Stored data:

»»

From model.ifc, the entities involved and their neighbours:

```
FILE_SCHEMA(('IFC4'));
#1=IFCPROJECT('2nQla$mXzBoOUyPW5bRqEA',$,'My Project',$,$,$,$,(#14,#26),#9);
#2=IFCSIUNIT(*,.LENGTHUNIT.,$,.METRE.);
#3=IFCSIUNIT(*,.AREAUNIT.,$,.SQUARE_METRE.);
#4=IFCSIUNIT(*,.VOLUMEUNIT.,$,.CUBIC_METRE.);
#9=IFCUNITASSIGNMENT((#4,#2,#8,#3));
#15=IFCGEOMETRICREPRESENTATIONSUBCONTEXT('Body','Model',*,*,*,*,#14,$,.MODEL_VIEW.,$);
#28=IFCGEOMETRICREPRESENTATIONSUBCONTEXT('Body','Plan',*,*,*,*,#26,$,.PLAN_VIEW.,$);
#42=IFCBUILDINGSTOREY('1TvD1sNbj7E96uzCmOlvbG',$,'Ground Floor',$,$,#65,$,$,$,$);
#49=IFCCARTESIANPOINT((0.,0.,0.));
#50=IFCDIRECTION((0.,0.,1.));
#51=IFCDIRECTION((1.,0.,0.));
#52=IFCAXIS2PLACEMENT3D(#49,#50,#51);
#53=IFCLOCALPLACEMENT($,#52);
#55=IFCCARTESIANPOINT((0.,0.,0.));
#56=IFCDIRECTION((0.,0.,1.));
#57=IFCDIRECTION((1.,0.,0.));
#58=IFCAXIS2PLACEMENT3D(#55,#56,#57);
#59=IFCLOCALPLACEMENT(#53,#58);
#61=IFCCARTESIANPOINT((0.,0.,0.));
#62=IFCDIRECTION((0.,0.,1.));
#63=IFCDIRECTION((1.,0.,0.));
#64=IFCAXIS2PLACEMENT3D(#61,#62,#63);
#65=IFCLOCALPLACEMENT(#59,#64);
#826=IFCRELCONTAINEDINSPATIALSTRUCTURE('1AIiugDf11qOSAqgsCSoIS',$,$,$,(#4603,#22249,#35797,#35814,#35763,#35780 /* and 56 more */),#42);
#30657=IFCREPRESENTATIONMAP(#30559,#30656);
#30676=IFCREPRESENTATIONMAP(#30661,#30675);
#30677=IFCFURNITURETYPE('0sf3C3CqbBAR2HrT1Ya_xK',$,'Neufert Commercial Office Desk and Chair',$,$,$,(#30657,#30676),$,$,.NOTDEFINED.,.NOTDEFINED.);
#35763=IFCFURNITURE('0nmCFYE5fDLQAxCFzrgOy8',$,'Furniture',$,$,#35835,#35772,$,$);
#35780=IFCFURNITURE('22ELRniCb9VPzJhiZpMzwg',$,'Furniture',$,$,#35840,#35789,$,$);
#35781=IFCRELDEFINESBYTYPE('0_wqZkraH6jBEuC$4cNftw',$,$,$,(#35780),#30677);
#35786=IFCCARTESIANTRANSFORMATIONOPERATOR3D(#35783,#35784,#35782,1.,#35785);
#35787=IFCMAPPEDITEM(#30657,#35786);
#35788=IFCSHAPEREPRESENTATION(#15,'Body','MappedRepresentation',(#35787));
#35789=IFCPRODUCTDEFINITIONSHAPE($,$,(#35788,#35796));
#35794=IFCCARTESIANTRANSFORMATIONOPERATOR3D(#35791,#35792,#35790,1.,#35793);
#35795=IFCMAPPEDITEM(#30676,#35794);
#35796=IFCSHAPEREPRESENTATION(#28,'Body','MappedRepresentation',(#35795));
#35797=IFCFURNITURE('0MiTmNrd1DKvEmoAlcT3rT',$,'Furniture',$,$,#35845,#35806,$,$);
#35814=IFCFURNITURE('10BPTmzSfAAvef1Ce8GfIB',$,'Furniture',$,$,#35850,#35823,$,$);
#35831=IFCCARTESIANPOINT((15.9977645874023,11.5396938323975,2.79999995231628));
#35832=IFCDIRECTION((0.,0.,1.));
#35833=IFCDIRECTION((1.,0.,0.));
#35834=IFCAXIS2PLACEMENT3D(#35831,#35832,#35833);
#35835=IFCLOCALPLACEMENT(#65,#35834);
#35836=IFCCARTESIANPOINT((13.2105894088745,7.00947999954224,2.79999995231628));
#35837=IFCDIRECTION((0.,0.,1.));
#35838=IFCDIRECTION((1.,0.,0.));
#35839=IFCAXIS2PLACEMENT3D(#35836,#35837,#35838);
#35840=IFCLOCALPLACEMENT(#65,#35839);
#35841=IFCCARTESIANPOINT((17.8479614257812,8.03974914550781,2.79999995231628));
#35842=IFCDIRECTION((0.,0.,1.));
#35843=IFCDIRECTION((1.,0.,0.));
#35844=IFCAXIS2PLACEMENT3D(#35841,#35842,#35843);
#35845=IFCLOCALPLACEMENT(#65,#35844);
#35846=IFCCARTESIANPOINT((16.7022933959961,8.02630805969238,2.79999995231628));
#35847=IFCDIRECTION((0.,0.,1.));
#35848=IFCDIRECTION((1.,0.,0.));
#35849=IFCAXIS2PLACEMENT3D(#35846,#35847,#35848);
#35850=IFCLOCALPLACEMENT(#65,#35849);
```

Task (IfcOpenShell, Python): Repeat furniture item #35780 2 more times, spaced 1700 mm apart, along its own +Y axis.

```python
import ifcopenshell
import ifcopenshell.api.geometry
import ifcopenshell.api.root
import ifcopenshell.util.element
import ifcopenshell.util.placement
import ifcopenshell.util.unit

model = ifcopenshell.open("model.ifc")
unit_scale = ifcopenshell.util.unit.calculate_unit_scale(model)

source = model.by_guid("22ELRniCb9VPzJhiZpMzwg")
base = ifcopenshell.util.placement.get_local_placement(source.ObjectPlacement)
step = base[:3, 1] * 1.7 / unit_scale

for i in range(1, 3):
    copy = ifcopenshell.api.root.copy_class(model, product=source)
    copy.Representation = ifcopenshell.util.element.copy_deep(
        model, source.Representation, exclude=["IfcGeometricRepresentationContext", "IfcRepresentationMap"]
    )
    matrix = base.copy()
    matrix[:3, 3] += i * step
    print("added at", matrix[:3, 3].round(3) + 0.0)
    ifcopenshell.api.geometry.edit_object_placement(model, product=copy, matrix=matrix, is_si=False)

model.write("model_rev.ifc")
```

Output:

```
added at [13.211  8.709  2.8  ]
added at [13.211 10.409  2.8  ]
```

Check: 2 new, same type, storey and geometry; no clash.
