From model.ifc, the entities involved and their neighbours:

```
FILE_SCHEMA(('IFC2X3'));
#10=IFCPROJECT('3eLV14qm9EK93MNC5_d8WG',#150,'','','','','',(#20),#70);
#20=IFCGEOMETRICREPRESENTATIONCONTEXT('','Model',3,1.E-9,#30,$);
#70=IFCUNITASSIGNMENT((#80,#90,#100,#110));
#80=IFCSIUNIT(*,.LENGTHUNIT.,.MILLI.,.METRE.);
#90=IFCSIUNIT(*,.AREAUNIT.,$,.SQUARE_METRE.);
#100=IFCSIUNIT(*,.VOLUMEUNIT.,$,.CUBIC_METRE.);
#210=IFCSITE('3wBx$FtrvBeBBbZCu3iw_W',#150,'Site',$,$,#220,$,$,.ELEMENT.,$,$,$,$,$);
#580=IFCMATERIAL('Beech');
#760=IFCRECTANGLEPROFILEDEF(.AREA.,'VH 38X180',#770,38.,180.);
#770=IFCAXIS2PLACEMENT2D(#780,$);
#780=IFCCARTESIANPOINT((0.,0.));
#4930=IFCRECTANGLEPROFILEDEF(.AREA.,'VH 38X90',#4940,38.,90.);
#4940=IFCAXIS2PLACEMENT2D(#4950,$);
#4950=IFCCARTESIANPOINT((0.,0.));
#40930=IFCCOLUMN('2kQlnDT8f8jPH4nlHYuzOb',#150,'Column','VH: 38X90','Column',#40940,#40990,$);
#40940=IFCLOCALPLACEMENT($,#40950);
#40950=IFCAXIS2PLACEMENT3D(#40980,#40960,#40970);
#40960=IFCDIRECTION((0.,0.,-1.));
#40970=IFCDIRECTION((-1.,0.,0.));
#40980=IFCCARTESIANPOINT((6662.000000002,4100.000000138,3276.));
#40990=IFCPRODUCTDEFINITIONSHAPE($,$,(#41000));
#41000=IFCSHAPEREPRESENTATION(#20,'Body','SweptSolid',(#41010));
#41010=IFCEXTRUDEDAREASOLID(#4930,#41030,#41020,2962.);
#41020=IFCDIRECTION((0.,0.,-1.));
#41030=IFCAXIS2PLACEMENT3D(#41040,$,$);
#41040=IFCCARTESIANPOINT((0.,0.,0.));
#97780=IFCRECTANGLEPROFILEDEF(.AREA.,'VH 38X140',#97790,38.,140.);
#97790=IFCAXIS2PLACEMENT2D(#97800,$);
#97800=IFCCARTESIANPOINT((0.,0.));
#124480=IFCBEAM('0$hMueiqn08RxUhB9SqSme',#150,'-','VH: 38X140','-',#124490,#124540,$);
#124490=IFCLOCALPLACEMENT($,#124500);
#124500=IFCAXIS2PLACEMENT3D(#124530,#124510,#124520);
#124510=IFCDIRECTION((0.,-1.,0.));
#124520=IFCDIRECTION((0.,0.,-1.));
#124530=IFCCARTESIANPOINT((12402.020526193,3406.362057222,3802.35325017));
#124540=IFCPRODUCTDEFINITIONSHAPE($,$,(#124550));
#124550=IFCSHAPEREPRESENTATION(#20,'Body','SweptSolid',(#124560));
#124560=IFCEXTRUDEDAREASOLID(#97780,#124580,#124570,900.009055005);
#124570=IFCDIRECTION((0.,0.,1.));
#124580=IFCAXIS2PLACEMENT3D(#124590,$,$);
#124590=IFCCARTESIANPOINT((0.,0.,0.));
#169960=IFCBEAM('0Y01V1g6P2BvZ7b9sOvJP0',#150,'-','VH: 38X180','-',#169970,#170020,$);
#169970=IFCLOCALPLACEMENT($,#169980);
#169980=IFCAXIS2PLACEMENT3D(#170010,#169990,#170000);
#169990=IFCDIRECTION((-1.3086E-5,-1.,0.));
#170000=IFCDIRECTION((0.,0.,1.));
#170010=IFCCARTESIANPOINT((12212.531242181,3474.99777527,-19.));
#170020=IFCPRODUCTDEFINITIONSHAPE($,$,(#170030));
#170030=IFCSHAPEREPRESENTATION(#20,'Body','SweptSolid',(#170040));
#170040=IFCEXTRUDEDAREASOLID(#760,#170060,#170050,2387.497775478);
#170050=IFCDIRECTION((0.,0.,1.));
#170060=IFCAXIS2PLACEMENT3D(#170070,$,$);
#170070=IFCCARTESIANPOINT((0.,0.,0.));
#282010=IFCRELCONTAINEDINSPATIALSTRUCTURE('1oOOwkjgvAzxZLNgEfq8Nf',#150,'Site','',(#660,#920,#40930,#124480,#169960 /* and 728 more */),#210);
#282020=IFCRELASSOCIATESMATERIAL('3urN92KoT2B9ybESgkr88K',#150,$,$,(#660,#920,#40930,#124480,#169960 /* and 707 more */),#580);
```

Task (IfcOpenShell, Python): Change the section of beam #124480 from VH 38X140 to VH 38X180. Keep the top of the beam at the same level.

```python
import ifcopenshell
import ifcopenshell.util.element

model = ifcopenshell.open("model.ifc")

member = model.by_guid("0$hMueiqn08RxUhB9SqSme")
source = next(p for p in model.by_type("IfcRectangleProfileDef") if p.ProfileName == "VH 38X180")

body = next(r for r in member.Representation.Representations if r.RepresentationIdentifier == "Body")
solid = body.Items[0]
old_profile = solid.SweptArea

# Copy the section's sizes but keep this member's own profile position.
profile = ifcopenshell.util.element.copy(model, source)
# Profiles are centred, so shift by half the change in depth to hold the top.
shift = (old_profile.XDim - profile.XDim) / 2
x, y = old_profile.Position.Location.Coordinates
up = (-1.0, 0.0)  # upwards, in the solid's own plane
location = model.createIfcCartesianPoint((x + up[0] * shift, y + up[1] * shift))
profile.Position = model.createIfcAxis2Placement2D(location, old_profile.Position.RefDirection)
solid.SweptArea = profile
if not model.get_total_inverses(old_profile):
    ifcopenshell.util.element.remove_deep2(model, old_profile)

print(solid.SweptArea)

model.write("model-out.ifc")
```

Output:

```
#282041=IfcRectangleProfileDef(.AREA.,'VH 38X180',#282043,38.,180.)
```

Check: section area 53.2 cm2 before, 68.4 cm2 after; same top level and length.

««

Your task →
Looking over the entries above, how many lines contain the string "SweptSolid"? State the number and nothing else.

Exercise result →
3